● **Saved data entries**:

----

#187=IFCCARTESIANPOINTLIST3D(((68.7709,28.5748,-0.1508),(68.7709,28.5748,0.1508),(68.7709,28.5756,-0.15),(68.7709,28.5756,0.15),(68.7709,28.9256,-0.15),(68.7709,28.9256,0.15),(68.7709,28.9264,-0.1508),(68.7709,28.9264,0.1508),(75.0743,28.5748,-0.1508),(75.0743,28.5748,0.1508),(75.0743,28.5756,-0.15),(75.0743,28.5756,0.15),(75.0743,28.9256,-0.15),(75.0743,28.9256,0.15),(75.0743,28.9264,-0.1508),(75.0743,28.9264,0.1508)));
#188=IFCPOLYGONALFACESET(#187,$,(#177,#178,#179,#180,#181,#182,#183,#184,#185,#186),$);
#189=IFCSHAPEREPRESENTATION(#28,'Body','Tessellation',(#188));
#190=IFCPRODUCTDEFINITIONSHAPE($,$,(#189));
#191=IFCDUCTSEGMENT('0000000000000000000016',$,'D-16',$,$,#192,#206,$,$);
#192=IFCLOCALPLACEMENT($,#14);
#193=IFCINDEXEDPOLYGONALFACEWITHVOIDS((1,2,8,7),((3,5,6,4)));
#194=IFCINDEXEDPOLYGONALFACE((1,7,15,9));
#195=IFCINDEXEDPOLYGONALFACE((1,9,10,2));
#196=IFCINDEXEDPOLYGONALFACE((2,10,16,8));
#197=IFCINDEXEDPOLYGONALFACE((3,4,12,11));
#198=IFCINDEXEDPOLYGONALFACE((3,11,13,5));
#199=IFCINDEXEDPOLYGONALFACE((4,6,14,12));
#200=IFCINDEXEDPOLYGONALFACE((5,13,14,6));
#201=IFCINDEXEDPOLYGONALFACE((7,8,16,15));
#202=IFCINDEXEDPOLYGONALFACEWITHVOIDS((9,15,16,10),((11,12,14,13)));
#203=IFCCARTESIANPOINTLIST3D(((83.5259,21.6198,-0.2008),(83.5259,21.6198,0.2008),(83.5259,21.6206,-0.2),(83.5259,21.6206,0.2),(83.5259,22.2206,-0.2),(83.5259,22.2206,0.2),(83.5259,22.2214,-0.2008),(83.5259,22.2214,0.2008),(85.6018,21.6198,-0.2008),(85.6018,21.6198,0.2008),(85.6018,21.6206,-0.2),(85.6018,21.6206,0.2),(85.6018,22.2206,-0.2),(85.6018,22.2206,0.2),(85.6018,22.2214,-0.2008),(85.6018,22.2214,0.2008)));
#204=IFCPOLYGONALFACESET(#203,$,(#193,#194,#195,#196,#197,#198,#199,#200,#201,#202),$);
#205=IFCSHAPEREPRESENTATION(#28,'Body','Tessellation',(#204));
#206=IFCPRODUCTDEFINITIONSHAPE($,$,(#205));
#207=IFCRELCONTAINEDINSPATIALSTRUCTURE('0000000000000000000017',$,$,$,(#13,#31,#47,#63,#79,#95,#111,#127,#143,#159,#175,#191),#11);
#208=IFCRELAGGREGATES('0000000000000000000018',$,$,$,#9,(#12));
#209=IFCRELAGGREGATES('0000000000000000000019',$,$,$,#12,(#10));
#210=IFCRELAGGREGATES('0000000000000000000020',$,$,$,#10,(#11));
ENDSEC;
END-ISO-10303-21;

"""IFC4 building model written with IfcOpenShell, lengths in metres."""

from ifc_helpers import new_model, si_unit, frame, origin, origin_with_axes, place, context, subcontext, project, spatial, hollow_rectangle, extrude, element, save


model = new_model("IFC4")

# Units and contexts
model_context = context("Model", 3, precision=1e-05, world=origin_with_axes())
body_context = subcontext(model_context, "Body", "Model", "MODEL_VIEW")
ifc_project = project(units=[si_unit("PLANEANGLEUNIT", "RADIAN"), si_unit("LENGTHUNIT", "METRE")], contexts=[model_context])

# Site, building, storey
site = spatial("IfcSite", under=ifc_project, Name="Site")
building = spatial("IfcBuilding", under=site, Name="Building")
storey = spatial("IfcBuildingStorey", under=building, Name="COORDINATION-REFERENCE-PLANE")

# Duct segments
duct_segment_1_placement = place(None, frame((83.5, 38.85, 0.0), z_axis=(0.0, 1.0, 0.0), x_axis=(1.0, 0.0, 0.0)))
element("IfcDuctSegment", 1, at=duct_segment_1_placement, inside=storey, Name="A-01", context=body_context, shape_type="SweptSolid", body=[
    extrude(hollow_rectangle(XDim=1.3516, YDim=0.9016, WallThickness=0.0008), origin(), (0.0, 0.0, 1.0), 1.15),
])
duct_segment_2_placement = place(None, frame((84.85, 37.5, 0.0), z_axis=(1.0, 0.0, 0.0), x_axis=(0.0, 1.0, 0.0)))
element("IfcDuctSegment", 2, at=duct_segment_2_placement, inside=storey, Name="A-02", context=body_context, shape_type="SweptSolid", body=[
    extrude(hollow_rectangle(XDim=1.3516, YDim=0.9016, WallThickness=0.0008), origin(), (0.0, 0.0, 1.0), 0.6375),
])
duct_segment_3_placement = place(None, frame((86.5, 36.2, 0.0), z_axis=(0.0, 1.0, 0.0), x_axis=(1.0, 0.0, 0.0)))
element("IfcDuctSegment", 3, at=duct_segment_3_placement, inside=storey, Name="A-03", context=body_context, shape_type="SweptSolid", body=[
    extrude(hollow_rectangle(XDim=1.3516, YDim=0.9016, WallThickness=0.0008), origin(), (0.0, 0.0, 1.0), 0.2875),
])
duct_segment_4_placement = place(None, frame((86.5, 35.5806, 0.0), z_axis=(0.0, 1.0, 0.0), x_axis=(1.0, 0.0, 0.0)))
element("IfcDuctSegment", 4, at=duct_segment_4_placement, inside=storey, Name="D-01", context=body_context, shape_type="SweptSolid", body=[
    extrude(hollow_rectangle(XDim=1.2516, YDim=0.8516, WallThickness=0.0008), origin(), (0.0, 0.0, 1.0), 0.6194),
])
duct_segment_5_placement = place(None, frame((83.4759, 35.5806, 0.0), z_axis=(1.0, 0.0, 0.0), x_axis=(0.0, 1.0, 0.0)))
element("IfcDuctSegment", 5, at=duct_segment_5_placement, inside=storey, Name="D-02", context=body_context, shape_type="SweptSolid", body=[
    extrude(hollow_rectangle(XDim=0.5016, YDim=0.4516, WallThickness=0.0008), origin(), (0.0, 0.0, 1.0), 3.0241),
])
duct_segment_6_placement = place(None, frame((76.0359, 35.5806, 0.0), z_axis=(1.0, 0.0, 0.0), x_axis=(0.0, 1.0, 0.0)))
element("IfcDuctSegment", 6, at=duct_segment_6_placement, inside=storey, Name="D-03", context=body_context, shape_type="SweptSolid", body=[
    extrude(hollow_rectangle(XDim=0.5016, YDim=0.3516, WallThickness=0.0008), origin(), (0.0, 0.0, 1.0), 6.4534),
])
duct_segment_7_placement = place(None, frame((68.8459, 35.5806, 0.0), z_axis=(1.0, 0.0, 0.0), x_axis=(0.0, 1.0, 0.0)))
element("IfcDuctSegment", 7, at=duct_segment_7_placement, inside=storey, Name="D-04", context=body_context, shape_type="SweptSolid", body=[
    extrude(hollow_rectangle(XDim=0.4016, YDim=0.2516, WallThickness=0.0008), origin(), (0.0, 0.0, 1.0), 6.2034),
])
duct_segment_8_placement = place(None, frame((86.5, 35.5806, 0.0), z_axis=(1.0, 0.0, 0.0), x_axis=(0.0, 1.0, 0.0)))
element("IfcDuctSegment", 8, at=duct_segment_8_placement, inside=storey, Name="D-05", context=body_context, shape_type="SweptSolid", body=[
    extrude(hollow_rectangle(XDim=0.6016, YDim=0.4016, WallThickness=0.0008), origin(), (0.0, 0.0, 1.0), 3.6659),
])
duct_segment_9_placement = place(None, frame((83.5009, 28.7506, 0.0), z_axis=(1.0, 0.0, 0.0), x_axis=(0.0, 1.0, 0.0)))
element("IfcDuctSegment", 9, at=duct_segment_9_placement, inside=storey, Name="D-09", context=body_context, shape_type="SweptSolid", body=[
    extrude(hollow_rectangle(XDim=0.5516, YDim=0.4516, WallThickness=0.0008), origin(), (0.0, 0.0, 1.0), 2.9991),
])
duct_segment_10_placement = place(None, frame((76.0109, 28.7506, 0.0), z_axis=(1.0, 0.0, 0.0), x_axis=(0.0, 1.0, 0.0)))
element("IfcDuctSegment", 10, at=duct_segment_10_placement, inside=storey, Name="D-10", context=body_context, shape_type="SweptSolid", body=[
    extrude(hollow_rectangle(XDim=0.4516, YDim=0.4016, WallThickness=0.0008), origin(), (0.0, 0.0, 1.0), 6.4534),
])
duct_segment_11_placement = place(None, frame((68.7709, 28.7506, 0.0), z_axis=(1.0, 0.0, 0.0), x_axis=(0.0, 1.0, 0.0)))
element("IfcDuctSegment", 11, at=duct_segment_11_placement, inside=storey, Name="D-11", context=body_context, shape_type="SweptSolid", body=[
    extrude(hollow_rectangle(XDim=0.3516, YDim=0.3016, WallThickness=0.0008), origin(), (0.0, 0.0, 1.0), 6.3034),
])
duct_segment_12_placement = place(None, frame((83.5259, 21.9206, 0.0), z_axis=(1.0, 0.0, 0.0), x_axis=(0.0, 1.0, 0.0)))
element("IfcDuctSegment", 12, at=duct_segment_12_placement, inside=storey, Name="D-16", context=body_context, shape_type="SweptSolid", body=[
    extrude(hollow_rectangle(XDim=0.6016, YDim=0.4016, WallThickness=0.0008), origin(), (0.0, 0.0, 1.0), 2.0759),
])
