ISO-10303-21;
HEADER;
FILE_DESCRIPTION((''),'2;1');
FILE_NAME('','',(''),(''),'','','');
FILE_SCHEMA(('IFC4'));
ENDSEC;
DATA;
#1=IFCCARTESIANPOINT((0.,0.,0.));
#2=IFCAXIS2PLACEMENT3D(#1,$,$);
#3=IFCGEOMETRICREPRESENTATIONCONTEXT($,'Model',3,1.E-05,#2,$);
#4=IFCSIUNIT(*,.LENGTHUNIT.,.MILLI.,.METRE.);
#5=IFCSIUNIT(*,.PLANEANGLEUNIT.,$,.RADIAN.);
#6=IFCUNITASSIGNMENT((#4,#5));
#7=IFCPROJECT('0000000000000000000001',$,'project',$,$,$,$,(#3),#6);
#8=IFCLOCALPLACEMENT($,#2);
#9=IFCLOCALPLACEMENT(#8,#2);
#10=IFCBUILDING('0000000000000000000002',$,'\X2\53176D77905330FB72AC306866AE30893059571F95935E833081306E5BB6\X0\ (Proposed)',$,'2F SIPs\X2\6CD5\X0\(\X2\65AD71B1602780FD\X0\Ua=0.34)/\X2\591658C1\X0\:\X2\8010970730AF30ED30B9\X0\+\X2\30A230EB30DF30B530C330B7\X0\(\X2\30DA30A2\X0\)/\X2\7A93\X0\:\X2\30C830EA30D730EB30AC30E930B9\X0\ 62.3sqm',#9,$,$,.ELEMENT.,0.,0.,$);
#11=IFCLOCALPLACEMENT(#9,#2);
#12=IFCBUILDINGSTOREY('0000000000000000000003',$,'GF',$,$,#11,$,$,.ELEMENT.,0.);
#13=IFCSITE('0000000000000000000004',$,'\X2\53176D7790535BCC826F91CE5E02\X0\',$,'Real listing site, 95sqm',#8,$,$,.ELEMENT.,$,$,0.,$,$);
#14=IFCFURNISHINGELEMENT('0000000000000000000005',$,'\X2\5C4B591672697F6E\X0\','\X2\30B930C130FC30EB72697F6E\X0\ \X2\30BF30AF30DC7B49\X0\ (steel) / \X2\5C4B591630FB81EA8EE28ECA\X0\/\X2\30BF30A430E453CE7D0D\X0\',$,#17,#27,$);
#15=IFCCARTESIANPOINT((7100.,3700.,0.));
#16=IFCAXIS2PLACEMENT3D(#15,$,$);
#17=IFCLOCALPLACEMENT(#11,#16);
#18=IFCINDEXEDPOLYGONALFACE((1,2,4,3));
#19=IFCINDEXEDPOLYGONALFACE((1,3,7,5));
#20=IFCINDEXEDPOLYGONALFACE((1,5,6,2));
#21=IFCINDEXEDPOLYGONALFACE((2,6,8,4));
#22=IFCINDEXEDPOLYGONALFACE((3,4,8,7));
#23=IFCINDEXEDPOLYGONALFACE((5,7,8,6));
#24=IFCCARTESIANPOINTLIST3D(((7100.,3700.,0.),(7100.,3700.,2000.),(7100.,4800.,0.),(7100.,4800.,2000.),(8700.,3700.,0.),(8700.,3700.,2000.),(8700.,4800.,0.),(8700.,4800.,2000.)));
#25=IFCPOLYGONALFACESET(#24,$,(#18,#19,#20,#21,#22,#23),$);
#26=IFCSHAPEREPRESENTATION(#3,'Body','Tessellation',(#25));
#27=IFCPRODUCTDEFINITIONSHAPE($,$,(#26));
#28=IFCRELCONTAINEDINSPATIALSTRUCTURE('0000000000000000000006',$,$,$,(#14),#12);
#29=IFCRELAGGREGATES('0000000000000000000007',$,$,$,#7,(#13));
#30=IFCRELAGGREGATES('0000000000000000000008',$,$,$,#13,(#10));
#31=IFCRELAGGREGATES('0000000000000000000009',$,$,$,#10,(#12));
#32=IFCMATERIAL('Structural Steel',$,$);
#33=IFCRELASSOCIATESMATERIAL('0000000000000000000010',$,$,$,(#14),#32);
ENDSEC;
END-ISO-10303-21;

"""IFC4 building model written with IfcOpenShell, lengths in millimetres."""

from ifc_helpers import new_model, si_unit, frame, frame_2d, origin, place, context, project, spatial, rectangle, extrude, material, element, save


model = new_model("IFC4")

# Units and contexts
model_context = context("Model", 3, precision=1e-05, world=origin())
ifc_project = project(units=[si_unit("LENGTHUNIT", "METRE", prefix="MILLI"), si_unit("PLANEANGLEUNIT", "RADIAN")], contexts=[model_context])

# Site, building, storey
site_placement = place(None, origin())
site = spatial("IfcSite", under=ifc_project, at=site_placement, Name="北海道富良野市", ObjectType="Real listing site, 95sqm", CompositionType="ELEMENT", RefElevation=0.0)
building_placement = place(site_placement, origin())
building = spatial("IfcBuilding", under=site, at=building_placement, Name="北海道・犬と暮らす土間広めの家 (Proposed)", ObjectType="2F SIPs法(断熱性能Ua=0.34)/外壁:耐震クロス+アルミサッシ(ペア)/窓:トリプルガラス 62.3sqm", CompositionType="ELEMENT", ElevationOfRefHeight=0.0, ElevationOfTerrain=0.0)
storey_placement = place(building_placement, origin())
storey = spatial("IfcBuildingStorey", under=building, at=storey_placement, Name="GF", CompositionType="ELEMENT", Elevation=0.0)

# Shared definitions
ifc_material_1 = material(Name="Structural Steel")

# Furnishing element
furnishing_1_placement = place(storey_placement, frame((7100.0, 3700.0, 0.0)))
element("IfcFurnishingElement", 1, at=furnishing_1_placement, inside=storey, material=ifc_material_1, Name="屋外物置", Description="スチール物置 タクボ等 (steel) / 屋外・自転車/タイヤ収納", context=model_context, shape_type="SweptSolid", body=[
    extrude(rectangle(XDim=1600.0, YDim=1100.0, at=frame_2d((800.0, 550.0))), frame((7100.0, 3700.0, 0.0)), (0.0, 0.0, 1.0), 2000.0),
])

save(model, "model.ifc")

----

● **What you need to do**: For this exercise, repeat exactly the lines of the data above from the one with "#189=IFCSHAPEREPRESENTATION(#28,'Body','Tessellation',(#188));" down to the one with "extrude, element, save", both end lines included.

● **Solution to the exercise**:
#189=IFCSHAPEREPRESENTATION(#28,'Body','Tessellation',(#188));
#190=IFCPRODUCTDEFINITIONSHAPE($,$,(#189));
#191=IFCDUCTSEGMENT('0000000000000000000016',$,'D-16',$,$,#192,#206,$,$);
#192=IFCLOCALPLACEMENT($,#14);
#193=IFCINDEXEDPOLYGONALFACEWITHVOIDS((1,2,8,7),((3,5,6,4)));
#194=IFCINDEXEDPOLYGONALFACE((1,7,15,9));
#195=IFCINDEXEDPOLYGONALFACE((1,9,10,2));
#196=IFCINDEXEDPOLYGONALFACE((2,10,16,8));
#197=IFCINDEXEDPOLYGONALFACE((3,4,12,11));
#198=IFCINDEXEDPOLYGONALFACE((3,11,13,5));
#199=IFCINDEXEDPOLYGONALFACE((4,6,14,12));
#200=IFCINDEXEDPOLYGONALFACE((5,13,14,6));
#201=IFCINDEXEDPOLYGONALFACE((7,8,16,15));
#202=IFCINDEXEDPOLYGONALFACEWITHVOIDS((9,15,16,10),((11,12,14,13)));
#203=IFCCARTESIANPOINTLIST3D(((83.5259,21.6198,-0.2008),(83.5259,21.6198,0.2008),(83.5259,21.6206,-0.2),(83.5259,21.6206,0.2),(83.5259,22.2206,-0.2),(83.5259,22.2206,0.2),(83.5259,22.2214,-0.2008),(83.5259,22.2214,0.2008),(85.6018,21.6198,-0.2008),(85.6018,21.6198,0.2008),(85.6018,21.6206,-0.2),(85.6018,21.6206,0.2),(85.6018,22.2206,-0.2),(85.6018,22.2206,0.2),(85.6018,22.2214,-0.2008),(85.6018,22.2214,0.2008)));
#204=IFCPOLYGONALFACESET(#203,$,(#193,#194,#195,#196,#197,#198,#199,#200,#201,#202),$);
#205=IFCSHAPEREPRESENTATION(#28,'Body','Tessellation',(#204));
#206=IFCPRODUCTDEFINITIONSHAPE($,$,(#205));
#207=IFCRELCONTAINEDINSPATIALSTRUCTURE('0000000000000000000017',$,$,$,(#13,#31,#47,#63,#79,#95,#111,#127,#143,#159,#175,#191),#11);
#208=IFCRELAGGREGATES('0000000000000000000018',$,$,$,#9,(#12));
#209=IFCRELAGGREGATES('0000000000000000000019',$,$,$,#12,(#10));
#210=IFCRELAGGREGATES('0000000000000000000020',$,$,$,#10,(#11));
ENDSEC;
END-ISO-10303-21;

"""IFC4 building model written with IfcOpenShell, lengths in metres."""

from ifc_helpers import new_model, si_unit, frame, origin, origin_with_axes, place, context, subcontext, project, spatial, hollow_rectangle, extrude, element, save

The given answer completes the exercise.